# Benchwork - 1x3 or 1x4?



## Cowboy (Dec 31, 2010)

I am about to start building my benchwork and my research has shown that we often over-build our bench. My 'empire' is HO.

I am going to use Fir as the frame with a 1/2" Birch plywood - all covered with 2" of foam. My layout goes around the room and will be 2' wide and have runs of 10 and 12 feet. I plan on using cross pieces every 16" inches.

So my question to those who may know: Could I use 1x3 Fir? It is almost half the cost of 1x4.

.. James


----------



## Xnats (Dec 5, 2010)

I would. You could even rip 2x3's in half if you wanted, no one should be looking underneath anyway. You'll mostly have to add an extra front leg or two or angle supports.
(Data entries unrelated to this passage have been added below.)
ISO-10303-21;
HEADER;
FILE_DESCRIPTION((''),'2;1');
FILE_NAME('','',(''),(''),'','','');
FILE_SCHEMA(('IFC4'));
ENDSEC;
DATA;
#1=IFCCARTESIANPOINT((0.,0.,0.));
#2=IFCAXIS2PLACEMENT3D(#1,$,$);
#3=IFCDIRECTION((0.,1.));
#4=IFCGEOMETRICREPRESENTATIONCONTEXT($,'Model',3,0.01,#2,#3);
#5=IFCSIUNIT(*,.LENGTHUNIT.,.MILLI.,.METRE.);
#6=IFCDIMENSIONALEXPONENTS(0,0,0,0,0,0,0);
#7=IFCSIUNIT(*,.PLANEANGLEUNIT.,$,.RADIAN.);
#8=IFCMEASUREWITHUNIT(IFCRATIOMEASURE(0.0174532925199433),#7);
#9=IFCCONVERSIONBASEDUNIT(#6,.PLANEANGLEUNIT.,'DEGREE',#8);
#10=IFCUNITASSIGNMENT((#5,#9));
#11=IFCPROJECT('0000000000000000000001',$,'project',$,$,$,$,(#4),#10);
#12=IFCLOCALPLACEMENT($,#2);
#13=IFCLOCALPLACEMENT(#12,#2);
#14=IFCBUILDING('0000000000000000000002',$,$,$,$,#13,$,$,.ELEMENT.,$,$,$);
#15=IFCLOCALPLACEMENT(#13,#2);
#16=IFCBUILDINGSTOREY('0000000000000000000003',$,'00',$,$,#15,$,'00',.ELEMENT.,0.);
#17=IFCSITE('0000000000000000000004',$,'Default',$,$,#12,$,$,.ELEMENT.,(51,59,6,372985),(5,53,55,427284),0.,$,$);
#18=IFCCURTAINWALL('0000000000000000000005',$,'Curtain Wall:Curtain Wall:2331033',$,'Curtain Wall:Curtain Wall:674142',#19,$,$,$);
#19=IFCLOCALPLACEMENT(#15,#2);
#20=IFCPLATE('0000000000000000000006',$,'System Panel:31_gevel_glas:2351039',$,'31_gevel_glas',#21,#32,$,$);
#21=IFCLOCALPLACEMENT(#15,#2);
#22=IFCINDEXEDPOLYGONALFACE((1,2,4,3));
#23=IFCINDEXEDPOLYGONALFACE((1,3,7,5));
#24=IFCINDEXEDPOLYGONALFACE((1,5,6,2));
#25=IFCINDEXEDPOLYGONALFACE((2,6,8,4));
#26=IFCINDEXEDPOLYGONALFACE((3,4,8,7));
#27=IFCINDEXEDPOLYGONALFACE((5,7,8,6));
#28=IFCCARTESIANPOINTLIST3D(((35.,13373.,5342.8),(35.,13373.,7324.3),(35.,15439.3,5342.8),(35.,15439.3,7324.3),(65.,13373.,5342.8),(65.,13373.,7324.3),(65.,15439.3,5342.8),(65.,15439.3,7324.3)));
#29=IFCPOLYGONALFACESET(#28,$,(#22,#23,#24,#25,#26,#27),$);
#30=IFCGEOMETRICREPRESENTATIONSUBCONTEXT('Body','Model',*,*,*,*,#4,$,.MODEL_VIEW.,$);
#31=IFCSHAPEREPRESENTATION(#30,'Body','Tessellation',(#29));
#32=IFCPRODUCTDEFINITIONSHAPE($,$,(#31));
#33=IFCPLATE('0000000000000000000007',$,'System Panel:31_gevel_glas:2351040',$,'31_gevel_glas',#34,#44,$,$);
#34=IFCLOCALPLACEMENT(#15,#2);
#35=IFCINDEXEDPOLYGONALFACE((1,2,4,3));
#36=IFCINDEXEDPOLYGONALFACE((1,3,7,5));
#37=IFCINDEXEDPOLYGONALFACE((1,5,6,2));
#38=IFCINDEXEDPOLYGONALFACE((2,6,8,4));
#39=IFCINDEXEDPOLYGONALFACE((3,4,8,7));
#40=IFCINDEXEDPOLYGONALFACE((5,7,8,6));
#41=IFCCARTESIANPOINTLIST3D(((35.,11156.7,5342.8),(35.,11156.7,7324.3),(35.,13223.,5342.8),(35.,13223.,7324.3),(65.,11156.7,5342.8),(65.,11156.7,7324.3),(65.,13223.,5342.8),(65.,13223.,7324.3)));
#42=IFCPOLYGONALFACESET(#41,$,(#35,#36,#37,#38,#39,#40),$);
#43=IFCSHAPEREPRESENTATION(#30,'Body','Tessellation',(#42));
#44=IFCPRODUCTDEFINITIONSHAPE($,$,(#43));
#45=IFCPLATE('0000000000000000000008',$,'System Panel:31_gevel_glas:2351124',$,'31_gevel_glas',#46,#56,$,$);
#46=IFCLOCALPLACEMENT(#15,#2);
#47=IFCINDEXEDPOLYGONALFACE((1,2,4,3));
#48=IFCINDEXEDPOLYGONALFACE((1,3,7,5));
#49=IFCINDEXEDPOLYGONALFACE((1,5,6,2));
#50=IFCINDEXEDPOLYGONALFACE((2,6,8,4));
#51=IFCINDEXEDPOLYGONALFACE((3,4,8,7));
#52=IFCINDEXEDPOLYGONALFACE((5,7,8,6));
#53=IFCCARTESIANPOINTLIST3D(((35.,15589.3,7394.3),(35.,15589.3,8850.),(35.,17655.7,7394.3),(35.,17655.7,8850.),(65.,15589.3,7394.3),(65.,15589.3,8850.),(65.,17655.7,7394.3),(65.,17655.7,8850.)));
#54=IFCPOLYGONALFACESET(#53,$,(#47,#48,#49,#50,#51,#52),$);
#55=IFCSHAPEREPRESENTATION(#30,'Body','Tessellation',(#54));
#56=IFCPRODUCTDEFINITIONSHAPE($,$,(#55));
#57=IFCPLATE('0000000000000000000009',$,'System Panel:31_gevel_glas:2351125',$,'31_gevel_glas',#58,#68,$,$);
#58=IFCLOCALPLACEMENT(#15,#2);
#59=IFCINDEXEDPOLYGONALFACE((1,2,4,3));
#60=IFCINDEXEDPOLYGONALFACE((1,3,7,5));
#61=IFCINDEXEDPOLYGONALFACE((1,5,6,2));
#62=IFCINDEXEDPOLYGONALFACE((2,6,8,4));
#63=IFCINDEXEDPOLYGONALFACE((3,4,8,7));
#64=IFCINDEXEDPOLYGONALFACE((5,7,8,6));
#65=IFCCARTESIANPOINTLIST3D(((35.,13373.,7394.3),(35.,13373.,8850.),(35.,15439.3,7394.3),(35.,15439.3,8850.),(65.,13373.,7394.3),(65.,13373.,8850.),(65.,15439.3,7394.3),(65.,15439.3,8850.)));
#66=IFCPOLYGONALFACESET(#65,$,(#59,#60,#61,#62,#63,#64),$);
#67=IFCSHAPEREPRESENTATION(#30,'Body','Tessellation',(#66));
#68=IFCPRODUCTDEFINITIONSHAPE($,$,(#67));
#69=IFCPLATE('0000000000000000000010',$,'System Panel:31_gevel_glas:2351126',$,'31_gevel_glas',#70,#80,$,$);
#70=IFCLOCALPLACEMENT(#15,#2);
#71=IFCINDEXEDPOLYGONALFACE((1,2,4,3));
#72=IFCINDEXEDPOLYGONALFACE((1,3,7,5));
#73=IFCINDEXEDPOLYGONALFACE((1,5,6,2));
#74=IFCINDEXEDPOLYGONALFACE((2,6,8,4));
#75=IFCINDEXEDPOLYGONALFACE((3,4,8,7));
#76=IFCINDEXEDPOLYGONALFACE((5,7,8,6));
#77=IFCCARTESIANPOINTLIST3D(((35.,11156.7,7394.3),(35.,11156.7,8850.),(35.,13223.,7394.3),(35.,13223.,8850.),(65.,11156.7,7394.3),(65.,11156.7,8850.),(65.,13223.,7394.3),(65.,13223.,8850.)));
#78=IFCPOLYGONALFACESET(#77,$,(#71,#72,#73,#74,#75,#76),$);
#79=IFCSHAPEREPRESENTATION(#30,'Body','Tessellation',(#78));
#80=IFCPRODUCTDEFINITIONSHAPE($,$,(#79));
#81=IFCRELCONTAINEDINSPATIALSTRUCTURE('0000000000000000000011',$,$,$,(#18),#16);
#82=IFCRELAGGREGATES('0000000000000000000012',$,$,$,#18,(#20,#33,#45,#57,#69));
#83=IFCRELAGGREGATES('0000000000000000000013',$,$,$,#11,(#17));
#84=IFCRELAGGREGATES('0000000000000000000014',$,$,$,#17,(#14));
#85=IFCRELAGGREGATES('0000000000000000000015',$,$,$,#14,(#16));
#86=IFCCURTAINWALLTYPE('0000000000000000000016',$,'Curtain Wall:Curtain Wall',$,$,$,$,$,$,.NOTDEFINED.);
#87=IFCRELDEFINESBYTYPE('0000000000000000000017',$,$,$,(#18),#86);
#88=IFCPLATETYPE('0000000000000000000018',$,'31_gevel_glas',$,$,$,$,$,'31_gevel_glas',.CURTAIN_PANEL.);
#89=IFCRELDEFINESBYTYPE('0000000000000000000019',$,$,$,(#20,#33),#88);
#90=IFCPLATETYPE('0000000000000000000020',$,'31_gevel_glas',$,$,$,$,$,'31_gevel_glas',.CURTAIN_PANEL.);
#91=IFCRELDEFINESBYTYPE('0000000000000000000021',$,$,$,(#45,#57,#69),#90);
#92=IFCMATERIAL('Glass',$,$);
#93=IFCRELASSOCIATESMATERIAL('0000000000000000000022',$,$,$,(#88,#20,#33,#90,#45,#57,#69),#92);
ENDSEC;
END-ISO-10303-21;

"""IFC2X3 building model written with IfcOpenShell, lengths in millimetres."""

from ifc_helpers import new_model, entity, si_unit, converted_unit, direction, frame, origin, origin_2d_with_axis, place, context, subcontext, project, spatial, rectangle, extrude, source, transform, mapped, material, type_object, type_shapes, element, aggregate, save


model = new_model("IFC2X3")

# Units and contexts
model_context = context("Model", 3, precision=0.01, world=origin(), true_north=direction((0.0, 1.0)))
body_context = subcontext(model_context, "Body", "Model", "MODEL_VIEW")
ifc_project = project(units=[si_unit("LENGTHUNIT", "METRE", prefix="MILLI"), converted_unit("PLANEANGLEUNIT", "DEGREE", entity("IfcRatioMeasure", 0.0174532925199433), si_unit("PLANEANGLEUNIT", "RADIAN"), dimensions=[0, 0, 0, 0, 0, 0, 0])], contexts=[model_context])

# Site, building, storey
site_placement = place(None, origin())
site = spatial("IfcSite", under=ifc_project, at=site_placement, Name="Default", CompositionType="ELEMENT", RefLatitude=(51, 59, 6, 372985), RefLongitude=(5, 53, 55, 427284), RefElevation=0.0)
building_placement = place(site_placement, origin())
building = spatial("IfcBuilding", under=site, at=building_placement, CompositionType="ELEMENT")
storey_placement = place(building_placement, origin())
storey = spatial("IfcBuildingStorey", under=building, at=storey_placement, Name="00", LongName="00", CompositionType="ELEMENT", Elevation=0.0)

# Curtain wall, plates
curtain_wall_type = type_object("IfcCurtainWallType", Name="Curtain Wall:Curtain Wall", PredefinedType="NOTDEFINED")
curtain_wall_placement = place(storey_placement, origin())
curtain_wall = element("IfcCurtainWall", 1, at=curtain_wall_placement, inside=storey, type_object=curtain_wall_type, Name="Curtain Wall:Curtain Wall:2331033", ObjectType="Curtain Wall:Curtain Wall:674142")
ifc_material_1 = material(Name="Glass")
plate_type_1 = type_object("IfcPlateType", Name="31_gevel_glas", ElementType="31_gevel_glas", PredefinedType="CURTAIN_PANEL", material=ifc_material_1)
shared_shape_1 = source(origin(), body_context, "Body", "SweptSolid", [
    extrude(rectangle(XDim=30.0, YDim=2066.3, at=origin_2d_with_axis()), frame((0.0, 50.0, 0.0), z_axis=(0.0, 0.0, 1.0), x_axis=(0.0, 1.0, 0.0)), (0.0, 0.0, 1.0), 1981.5),
])
type_shapes(plate_type_1, [shared_shape_1])
plate_1_placement = place(curtain_wall_placement, frame((0.0, 14406.2, 5342.8), z_axis=(0.0, 0.0, 1.0), x_axis=(0.0, -1.0, 0.0)))
plate_1 = element("IfcPlate", 2, at=plate_1_placement, type_object=plate_type_1, material=ifc_material_1, Name="System Panel:31_gevel_glas:2351039", ObjectType="31_gevel_glas", context=body_context, shape_type="MappedRepresentation", body=[
    mapped(shared_shape_1, transform((0.0, 0.0, 0.0), scale=1.0)),
])
plate_2_placement = place(curtain_wall_placement, frame((0.0, 12189.8, 5342.8), z_axis=(0.0, 0.0, 1.0), x_axis=(0.0, -1.0, 0.0)))
plate_2 = element("IfcPlate", 3, at=plate_2_placement, type_object=plate_type_1, material=ifc_material_1, Name="System Panel:31_gevel_glas:2351040", ObjectType="31_gevel_glas", context=body_context, shape_type="MappedRepresentation", body=[
    mapped(shared_shape_1, transform((0.0, 0.0, 0.0), scale=1.0)),
])
plate_type_2 = type_object("IfcPlateType", Name="31_gevel_glas", ElementType="31_gevel_glas", PredefinedType="CURTAIN_PANEL", material=ifc_material_1)
shared_shape_2 = source(origin(), body_context, "Body", "SweptSolid", [
    extrude(rectangle(XDim=30.0, YDim=2066.3, at=origin_2d_with_axis()), frame((0.0, 50.0, 0.0), z_axis=(0.0, 0.0, 1.0), x_axis=(0.0, 1.0, 0.0)), (0.0, 0.0, 1.0), 1455.7),
])
type_shapes(plate_type_2, [shared_shape_2])
plate_3_placement = place(curtain_wall_placement, frame((0.0, 16622.5, 7394.3), z_axis=(0.0, 0.0, 1.0), x_axis=(0.0, -1.0, 0.0)))
plate_3 = element("IfcPlate", 4, at=plate_3_placement, type_object=plate_type_2, material=ifc_material_1, Name="System Panel:31_gevel_glas:2351124", ObjectType="31_gevel_glas", context=body_context, shape_type="MappedRepresentation", body=[
    mapped(shared_shape_2, transform((0.0, 0.0, 0.0), scale=1.0)),
])
plate_4_placement = place(curtain_wall_placement, frame((0.0, 14406.2, 7394.3), z_axis=(0.0, 0.0, 1.0), x_axis=(0.0, -1.0, 0.0)))
plate_4 = element("IfcPlate", 5, at=plate_4_placement, type_object=plate_type_2, material=ifc_material_1, Name="System Panel:31_gevel_glas:2351125", ObjectType="31_gevel_glas", context=body_context, shape_type="MappedRepresentation", body=[
    mapped(shared_shape_2, transform((0.0, 0.0, 0.0), scale=1.0)),
])
plate_5_placement = place(curtain_wall_placement, frame((0.0, 12189.8, 7394.3), z_axis=(0.0, 0.0, 1.0), x_axis=(0.0, -1.0, 0.0)))
plate_5 = element("IfcPlate", 6, at=plate_5_placement, type_object=plate_type_2, material=ifc_material_1, Name="System Panel:31_gevel_glas:2351126", ObjectType="31_gevel_glas", context=body_context, shape_type="MappedRepresentation", body=[
    mapped(shared_shape_2, transform((0.0, 0.0, 0.0), scale=1.0)),
])
aggregate(curtain_wall, [plate_1, plate_2, plate_3, plate_4, plate_5])

save(model, "model.ifc")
I'd personally use the angle supports every 16" along with the cross pieces.


----------



## sstlaure (Oct 12, 2010)

Here's a pic of my layout benchwork. Mostly 1x4, but some 1x3 inside as stringers. 2x2 legs with 1x2 bracing. It's freestanding 11'x13' I used 16" on center for the stringers. My 260 lb father is able to sit on this table without it moving. At 2' deep - I would think 1x3 would be sufficient assuming you properly brace the outside edge and attach the wall side edge to the wall. I think my widest unsupported section is maybe 4 feet.


----------



## tjcruiser (Jan 10, 2010)

Truss / gusset design and configuration is key, per Scott's example above.
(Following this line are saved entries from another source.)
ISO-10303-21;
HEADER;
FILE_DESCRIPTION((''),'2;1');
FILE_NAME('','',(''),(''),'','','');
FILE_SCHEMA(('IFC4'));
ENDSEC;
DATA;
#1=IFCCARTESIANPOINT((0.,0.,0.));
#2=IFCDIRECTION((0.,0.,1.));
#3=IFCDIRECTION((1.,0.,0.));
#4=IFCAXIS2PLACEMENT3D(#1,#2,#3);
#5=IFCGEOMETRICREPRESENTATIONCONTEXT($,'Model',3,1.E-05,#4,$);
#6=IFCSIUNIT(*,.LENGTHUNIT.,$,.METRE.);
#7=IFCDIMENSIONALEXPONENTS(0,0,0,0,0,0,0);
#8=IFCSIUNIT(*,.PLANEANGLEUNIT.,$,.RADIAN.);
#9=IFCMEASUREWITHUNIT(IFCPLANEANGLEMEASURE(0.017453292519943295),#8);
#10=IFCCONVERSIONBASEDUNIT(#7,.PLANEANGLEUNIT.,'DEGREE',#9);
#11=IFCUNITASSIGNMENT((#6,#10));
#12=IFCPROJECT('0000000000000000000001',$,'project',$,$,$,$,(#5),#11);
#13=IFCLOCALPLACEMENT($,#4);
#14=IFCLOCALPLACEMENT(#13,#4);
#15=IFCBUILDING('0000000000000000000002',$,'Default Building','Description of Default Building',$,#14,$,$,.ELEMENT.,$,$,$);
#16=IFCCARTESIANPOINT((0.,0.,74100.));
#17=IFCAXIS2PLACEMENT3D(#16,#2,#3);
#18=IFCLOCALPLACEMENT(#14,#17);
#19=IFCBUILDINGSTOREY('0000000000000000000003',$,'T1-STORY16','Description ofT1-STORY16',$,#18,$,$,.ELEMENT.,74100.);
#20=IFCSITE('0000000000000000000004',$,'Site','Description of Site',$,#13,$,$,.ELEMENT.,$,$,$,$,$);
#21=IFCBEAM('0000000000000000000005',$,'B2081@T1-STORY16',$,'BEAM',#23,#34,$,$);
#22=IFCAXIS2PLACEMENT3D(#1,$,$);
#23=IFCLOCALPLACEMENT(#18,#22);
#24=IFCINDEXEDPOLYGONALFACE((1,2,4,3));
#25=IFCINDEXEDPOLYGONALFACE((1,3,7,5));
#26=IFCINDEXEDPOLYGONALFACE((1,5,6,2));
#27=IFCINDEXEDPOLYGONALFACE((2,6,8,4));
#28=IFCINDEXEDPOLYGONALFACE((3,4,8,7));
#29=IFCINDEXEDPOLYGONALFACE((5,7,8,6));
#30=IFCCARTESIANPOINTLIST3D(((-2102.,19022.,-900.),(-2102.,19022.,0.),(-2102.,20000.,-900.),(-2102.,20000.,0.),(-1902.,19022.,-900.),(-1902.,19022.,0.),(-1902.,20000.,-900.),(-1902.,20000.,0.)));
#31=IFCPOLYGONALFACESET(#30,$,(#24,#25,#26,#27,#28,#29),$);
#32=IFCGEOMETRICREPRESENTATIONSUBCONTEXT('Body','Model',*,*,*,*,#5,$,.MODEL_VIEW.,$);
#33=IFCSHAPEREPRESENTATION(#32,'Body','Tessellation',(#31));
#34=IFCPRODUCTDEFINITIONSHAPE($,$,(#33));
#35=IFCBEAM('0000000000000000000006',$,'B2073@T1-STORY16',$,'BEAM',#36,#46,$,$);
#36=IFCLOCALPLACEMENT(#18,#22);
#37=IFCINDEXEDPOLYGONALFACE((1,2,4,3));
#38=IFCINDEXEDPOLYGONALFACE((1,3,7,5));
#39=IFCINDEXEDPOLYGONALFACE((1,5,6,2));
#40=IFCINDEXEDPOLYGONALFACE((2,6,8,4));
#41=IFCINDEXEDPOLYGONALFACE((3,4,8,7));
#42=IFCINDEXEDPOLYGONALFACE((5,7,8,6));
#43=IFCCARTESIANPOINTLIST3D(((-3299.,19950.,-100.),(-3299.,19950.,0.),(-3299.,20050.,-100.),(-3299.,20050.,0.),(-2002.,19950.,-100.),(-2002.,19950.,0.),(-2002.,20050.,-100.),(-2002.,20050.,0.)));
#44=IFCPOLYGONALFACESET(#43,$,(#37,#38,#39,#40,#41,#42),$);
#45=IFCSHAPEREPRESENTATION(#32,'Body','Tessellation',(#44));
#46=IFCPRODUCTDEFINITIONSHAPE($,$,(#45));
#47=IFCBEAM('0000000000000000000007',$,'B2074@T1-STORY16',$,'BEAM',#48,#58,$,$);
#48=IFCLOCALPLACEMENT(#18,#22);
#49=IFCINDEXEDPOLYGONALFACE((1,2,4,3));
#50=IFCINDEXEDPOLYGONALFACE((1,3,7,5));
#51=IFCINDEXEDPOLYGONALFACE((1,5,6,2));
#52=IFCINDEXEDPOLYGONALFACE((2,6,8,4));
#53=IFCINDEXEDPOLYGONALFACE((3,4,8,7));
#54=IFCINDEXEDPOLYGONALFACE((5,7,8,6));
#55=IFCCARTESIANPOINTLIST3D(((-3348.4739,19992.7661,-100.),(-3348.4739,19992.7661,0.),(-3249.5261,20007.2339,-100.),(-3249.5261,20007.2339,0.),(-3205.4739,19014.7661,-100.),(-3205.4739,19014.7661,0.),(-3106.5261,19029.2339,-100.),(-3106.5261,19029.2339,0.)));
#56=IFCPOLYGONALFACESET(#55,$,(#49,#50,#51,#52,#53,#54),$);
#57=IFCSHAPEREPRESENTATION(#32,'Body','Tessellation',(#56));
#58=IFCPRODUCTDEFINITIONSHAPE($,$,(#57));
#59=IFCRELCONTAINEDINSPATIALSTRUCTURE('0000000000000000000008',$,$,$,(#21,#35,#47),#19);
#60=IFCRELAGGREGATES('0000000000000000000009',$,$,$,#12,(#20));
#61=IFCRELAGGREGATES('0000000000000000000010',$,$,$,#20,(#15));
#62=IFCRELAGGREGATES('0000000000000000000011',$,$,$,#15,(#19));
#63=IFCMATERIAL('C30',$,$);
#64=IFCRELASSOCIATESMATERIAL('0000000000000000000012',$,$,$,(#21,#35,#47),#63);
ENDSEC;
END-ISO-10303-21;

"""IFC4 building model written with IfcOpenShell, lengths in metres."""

from ifc_helpers import new_model, entity, si_unit, converted_unit, frame, origin_with_axes, place, context, subcontext, project, spatial, rectangle, extrude, material, element, save


model = new_model("IFC4")

# Units and contexts
model_context = context("Model", 3, precision=1e-05, world=origin_with_axes())
body_context = subcontext(model_context, "Body", "Model", "MODEL_VIEW")
ifc_project = project(units=[si_unit("LENGTHUNIT", "METRE"), converted_unit("PLANEANGLEUNIT", "DEGREE", entity("IfcPlaneAngleMeasure", 0.017453292519943295), si_unit("PLANEANGLEUNIT", "RADIAN"), dimensions=[0, 0, 0, 0, 0, 0, 0])], contexts=[model_context])

# Site, building, storey
site_placement = place(None, origin_with_axes())
site = spatial("IfcSite", under=ifc_project, at=site_placement, Name="Site", Description="Description of Site", CompositionType="ELEMENT")
building_placement = place(site_placement, origin_with_axes())
building = spatial("IfcBuilding", under=site, at=building_placement, Name="Default Building", Description="Description of Default Building", CompositionType="ELEMENT")
storey_placement = place(building_placement, frame((0.0, 0.0, 74100.0), z_axis=(0.0, 0.0, 1.0), x_axis=(1.0, 0.0, 0.0)))
storey = spatial("IfcBuildingStorey", under=building, at=storey_placement, Name="T1-STORY16", Description="Description ofT1-STORY16", CompositionType="ELEMENT", Elevation=74100.0)

# Beams
ifc_material_1 = material(Name="C30")
beam_1_placement = place(storey_placement, frame((-2002.0, 19022.0, -450.0), z_axis=(0.0, 1.0, 0.0), x_axis=(-1.0, 0.0, 0.0)))
element("IfcBeam", 1, at=beam_1_placement, inside=storey, material=ifc_material_1, Name="B2081@T1-STORY16", ObjectType="BEAM", context=body_context, shape_type="SweptSolid", body=[
    extrude(rectangle(XDim=200.0, YDim=900.0), origin_with_axes(), (0.0, 0.0, 1.0), 978.0),
])
beam_2_placement = place(storey_placement, frame((-3299.0, 20000.0, -50.0), z_axis=(1.0, 0.0, 0.0), x_axis=(0.0, 1.0, 0.0)))
element("IfcBeam", 2, at=beam_2_placement, inside=storey, material=ifc_material_1, Name="B2073@T1-STORY16", ObjectType="BEAM", context=body_context, shape_type="SweptSolid", body=[
    extrude(rectangle(XDim=100.0, YDim=100.0), origin_with_axes(), (0.0, 0.0, 1.0), 1297.0),
])
beam_3_placement = place(storey_placement, frame((-3299.0, 20000.0, -50.0), z_axis=(0.144678, -0.989479, 0.0), x_axis=(0.989479, 0.144678, 0.0)))
element("IfcBeam", 3, at=beam_3_placement, inside=storey, material=ifc_material_1, Name="B2074@T1-STORY16", ObjectType="BEAM", context=body_context, shape_type="SweptSolid", body=[
    extrude(rectangle(XDim=100.0, YDim=100.0), origin_with_axes(), (0.0, 0.0, 1.0), 988.3992),
])

save(model, "model.ifc")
Also, all woods and boards are not equal. There's a huge structural difference between a clear-grain, kiln-dried 1x3 vs. one that's filled with knots, potential splits, etc.

Don't by the super cheap stuff ... get a good quality, well dried stock of wood.
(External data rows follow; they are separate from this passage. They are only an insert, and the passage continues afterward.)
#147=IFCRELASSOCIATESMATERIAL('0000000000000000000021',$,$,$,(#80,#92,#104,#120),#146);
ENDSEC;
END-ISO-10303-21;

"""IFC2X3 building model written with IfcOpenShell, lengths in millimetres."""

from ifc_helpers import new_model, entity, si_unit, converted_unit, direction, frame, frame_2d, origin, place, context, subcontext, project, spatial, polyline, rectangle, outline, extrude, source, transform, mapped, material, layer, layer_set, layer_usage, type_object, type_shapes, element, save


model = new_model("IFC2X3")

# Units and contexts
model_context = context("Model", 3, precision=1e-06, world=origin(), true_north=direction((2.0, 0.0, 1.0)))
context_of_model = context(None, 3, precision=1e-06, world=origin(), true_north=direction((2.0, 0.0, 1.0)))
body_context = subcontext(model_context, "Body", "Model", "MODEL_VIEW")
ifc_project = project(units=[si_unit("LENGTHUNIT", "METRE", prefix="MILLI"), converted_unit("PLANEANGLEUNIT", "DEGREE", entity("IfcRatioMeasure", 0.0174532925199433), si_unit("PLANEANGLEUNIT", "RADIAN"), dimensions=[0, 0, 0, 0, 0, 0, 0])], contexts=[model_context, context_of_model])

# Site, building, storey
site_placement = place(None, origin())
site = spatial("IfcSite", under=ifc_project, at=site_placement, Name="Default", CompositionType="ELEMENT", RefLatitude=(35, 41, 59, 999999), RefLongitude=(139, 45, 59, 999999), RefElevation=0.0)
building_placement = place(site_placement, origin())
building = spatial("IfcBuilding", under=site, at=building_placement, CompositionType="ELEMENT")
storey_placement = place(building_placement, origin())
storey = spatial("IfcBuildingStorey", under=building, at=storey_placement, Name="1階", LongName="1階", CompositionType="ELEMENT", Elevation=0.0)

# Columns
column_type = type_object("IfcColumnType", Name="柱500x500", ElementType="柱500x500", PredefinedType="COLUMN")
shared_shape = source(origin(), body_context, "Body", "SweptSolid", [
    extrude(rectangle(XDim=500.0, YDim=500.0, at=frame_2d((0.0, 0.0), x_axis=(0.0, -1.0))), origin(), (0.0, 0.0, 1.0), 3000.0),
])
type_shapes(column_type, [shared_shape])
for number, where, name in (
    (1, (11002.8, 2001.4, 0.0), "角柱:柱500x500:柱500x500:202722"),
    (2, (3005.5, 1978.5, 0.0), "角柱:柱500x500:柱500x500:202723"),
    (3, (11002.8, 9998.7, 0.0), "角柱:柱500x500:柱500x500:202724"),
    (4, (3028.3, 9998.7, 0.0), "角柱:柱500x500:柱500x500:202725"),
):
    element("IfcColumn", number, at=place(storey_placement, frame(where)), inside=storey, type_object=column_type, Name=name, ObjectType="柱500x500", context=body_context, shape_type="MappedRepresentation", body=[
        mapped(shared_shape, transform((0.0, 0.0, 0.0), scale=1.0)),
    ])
Or ... rip (or have a lumberyard rip) 1x3 stock out of cabinet-grade 3/4" plywood. This can be cost effective (16 8' planks per sheet), and will likely be more structurally stable.

TJ


----------



## gunrunnerjohn (Nov 10, 2010)

I'm not sure you need cabinet grade plywood for the framing.  If you're going that way, I'd consider construction grade.

I like the truss design there Scott, less legs and still good support.


----------



## sstlaure (Oct 12, 2010)

FWIW...I was just using Home Depot lumber. I was picky on the pieces of wood I bought (no knots, no splits, very straight and true.)


----------



## gunrunnerjohn (Nov 10, 2010)

I've finished whole basements with HD lumber, walls are straight and true.


----------



## concretepumper (Jan 2, 2011)

Don't spend too much on wood if you don't want. This is $40 worth of construction grade lumber from home depot. 2x2 legs and 1x2 everywhere else. This table is plenty stable but you might think about foam. This thing sounds like a acoustic guitar when it is wound up! I don't mind though!


----------



## gunrunnerjohn (Nov 10, 2010)

I was originally thinking of plain plywood, but I think I'll put down a plywood base, maybe just 1/4" or 1/2" and then foam.


----------



## NIMT (Jan 6, 2011)

I'm going to have to go with TJ on this one.
I use 3/4 7 ply cabinet stock plywood.
Before you jump all over me it's not the real super pretty Plywood, and it's the same price as construction grade. 
The reasoning for 3/4 for the frame over 1/2 is it's just allot easier to get screws or nails to stick in it with out just splitting out the sides.
I do anywhere from 4" wide frames to 6" wide frames, 1/2" plywood top
Simple 2x4 frames and you really don't need any other support.
As I type this there is a wood war going on under this post!
2 foot by 2 foot grids















This one is 16 foot long and no center legs. in the picture it was on 4 saw horses.
later that day it hung from the ceiling on 4 cables in the corners it went up and down via winch every day for a year with no sway in the middle!


----------



## gunrunnerjohn (Nov 10, 2010)

Well, I was talking about the top when I said 1/2" plywood.  If I were doing the framework with plywood, obviously 3/4 would be the pick. However, I'd be looking for what was cheap, since it should all be pretty dimensionally stable. If that was cabinet grade, so be it.


----------